Meet the Real Villain of the Financial Crisis

By BETHANY McLEAN
TODAY, we will have the pleasure of watching outraged members of the Senate Permanent Subcommittee on Investigations fire questions at a half-dozen executives from Goldman Sachs. The firm first attracted anger for its return to making billions, and paying its employees millions, right after the financial crisis. And since the Securities and Exchange Commission this month charged Goldman with fraud over an investment tied to subprime mortgages, politicians have turned the firm into the arch-villain of the economic collapse.

But the transaction at the heart of the S.E.C.’s complaint is a microcosm of the entire credit crisis. That is, there are no good guys here. It’s dishonest and ultimately dangerous to pretend that Goldman is the only bad actor. And the worst actor of all is the one leading the charge against Goldman: our government.

Each of the supposed victims here was, at best, a willing accomplice. Let’s start with those who bet that the investment in question, Abacus 2007-AC1, would be profitable for them: a bond insurer called ACA Capital Holdings and a German bank named IKB Deutsche Industriebank. These companies allegedly didn’t know that Goldman, in exchange for $15 million in fees, had allowed a client, the hedge fund manager John Paulson, to help design the investment in order to improve the odds that it would fail.

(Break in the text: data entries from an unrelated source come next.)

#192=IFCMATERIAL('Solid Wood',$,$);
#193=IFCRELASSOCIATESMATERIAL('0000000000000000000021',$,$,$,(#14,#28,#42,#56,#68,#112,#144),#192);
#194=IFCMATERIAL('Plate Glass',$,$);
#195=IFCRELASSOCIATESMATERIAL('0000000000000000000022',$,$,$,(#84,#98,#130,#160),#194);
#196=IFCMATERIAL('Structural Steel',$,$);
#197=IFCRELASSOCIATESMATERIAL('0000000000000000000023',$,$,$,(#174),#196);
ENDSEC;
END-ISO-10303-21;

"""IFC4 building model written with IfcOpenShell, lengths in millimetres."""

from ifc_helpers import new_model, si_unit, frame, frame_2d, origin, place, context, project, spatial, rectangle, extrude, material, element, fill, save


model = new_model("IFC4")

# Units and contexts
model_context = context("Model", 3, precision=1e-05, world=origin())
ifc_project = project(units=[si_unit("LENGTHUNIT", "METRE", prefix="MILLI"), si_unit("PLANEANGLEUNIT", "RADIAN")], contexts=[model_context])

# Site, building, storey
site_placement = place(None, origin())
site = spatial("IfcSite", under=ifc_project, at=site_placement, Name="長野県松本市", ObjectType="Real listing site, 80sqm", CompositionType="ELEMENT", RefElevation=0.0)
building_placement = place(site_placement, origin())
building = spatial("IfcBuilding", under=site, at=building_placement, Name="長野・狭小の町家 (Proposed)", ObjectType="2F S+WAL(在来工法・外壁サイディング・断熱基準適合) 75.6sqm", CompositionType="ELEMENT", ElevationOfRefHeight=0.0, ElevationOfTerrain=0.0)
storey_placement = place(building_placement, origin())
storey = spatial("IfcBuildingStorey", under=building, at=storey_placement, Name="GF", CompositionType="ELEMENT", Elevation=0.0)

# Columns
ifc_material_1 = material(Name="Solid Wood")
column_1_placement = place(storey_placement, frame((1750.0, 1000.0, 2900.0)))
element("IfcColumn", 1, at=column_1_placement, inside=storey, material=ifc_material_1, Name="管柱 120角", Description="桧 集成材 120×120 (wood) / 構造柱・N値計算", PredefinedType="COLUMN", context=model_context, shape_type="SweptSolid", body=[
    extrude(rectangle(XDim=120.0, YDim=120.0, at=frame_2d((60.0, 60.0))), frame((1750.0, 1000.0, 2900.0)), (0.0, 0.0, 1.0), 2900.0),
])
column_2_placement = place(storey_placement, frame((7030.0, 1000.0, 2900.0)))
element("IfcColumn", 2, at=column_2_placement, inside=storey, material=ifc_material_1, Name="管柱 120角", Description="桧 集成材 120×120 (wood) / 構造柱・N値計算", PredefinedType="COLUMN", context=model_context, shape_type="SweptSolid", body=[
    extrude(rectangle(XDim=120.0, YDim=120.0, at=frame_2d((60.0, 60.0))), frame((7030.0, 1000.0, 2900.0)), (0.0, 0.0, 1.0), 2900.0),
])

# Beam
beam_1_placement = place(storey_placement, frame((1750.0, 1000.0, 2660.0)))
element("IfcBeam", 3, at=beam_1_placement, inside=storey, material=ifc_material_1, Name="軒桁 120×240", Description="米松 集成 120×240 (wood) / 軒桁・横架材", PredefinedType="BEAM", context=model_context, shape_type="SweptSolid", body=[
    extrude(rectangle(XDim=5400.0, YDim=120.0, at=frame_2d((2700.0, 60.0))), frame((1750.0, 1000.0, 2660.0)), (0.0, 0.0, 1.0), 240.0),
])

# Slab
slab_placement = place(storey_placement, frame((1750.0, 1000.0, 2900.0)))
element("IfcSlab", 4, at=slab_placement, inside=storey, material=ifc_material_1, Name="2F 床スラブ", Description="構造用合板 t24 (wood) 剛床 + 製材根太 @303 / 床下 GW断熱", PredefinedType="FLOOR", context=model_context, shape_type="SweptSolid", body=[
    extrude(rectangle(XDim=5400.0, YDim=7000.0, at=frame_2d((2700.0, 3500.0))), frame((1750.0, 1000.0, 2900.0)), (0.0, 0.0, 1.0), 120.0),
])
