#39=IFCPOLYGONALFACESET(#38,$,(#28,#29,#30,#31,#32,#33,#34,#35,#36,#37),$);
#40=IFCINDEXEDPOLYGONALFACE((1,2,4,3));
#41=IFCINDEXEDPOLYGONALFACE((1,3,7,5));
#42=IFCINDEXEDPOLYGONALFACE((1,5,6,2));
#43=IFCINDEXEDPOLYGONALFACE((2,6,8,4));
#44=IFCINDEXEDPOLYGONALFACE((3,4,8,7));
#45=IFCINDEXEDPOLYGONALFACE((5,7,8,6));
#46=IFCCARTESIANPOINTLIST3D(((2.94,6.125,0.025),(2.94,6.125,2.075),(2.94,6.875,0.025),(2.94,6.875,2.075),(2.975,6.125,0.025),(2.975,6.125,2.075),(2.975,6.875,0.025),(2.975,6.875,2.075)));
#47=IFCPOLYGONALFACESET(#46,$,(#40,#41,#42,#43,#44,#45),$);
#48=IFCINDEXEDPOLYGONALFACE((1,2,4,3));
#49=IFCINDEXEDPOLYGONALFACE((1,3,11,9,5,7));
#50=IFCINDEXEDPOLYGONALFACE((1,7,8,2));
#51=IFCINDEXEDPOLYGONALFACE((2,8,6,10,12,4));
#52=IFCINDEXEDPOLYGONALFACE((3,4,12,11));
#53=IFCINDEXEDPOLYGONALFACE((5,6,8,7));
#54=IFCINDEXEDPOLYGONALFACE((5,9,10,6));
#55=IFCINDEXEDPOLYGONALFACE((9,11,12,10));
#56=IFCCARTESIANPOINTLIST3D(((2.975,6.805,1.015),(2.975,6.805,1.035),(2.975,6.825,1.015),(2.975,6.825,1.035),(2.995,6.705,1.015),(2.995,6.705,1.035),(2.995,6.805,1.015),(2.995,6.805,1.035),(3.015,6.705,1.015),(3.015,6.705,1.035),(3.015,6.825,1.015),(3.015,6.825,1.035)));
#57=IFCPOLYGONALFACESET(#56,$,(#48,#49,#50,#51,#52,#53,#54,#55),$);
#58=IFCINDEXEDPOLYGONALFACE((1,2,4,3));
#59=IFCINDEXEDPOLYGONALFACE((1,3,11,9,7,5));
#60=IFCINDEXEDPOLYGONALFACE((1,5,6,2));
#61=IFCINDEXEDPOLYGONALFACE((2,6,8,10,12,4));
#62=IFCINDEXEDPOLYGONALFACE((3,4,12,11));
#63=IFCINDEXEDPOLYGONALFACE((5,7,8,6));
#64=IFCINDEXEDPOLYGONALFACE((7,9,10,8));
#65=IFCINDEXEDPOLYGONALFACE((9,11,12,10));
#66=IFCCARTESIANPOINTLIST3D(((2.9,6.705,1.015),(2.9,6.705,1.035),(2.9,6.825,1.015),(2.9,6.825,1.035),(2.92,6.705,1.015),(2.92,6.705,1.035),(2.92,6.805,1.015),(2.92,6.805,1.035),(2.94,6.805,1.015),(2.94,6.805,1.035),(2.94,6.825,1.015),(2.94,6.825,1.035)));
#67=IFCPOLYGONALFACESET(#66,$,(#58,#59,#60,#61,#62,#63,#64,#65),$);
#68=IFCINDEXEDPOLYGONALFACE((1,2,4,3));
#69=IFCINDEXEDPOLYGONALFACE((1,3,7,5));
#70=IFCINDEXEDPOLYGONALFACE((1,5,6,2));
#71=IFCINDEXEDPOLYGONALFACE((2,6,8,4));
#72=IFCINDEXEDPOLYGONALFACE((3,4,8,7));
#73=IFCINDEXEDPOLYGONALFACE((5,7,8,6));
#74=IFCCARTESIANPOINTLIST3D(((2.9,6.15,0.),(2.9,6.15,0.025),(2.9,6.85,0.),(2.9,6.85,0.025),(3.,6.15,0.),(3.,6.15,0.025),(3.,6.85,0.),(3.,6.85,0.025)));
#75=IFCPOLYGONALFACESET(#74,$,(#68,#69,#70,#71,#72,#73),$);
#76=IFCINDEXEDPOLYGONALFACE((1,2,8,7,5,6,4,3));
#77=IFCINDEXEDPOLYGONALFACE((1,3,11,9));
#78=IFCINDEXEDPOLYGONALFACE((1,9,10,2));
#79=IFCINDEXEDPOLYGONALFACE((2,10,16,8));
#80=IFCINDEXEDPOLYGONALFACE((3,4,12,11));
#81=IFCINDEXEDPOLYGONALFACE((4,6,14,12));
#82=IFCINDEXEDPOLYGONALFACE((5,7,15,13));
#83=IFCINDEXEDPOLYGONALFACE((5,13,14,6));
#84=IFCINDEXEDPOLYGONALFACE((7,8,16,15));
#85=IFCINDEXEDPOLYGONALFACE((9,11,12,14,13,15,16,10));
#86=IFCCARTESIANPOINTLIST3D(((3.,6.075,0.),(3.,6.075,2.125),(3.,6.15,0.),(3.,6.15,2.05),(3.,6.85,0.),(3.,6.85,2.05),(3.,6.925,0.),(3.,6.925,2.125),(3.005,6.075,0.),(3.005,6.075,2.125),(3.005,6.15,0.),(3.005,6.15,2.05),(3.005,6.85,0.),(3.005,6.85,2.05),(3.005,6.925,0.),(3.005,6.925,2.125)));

But there was nothing hindering ACA’s ability to see that mortgages sold to people who probably couldn’t pay weren’t great investments. Meanwhile, the company’s insurance arm was covering as many subprime mortgages as it could to increase its own short-term profits. In some ways, the ACA story is the A.I.G. story: The company thought it had found free money — and basically bankrupted itself.

Similarly, the German bank advertised itself as a sophisticated investor, but didn’t seem to have bothered to analyze the subprime-backed bonds it was buying. The bank just relied on the AAA rating and, not surprisingly, pretty much bankrupted itself, too.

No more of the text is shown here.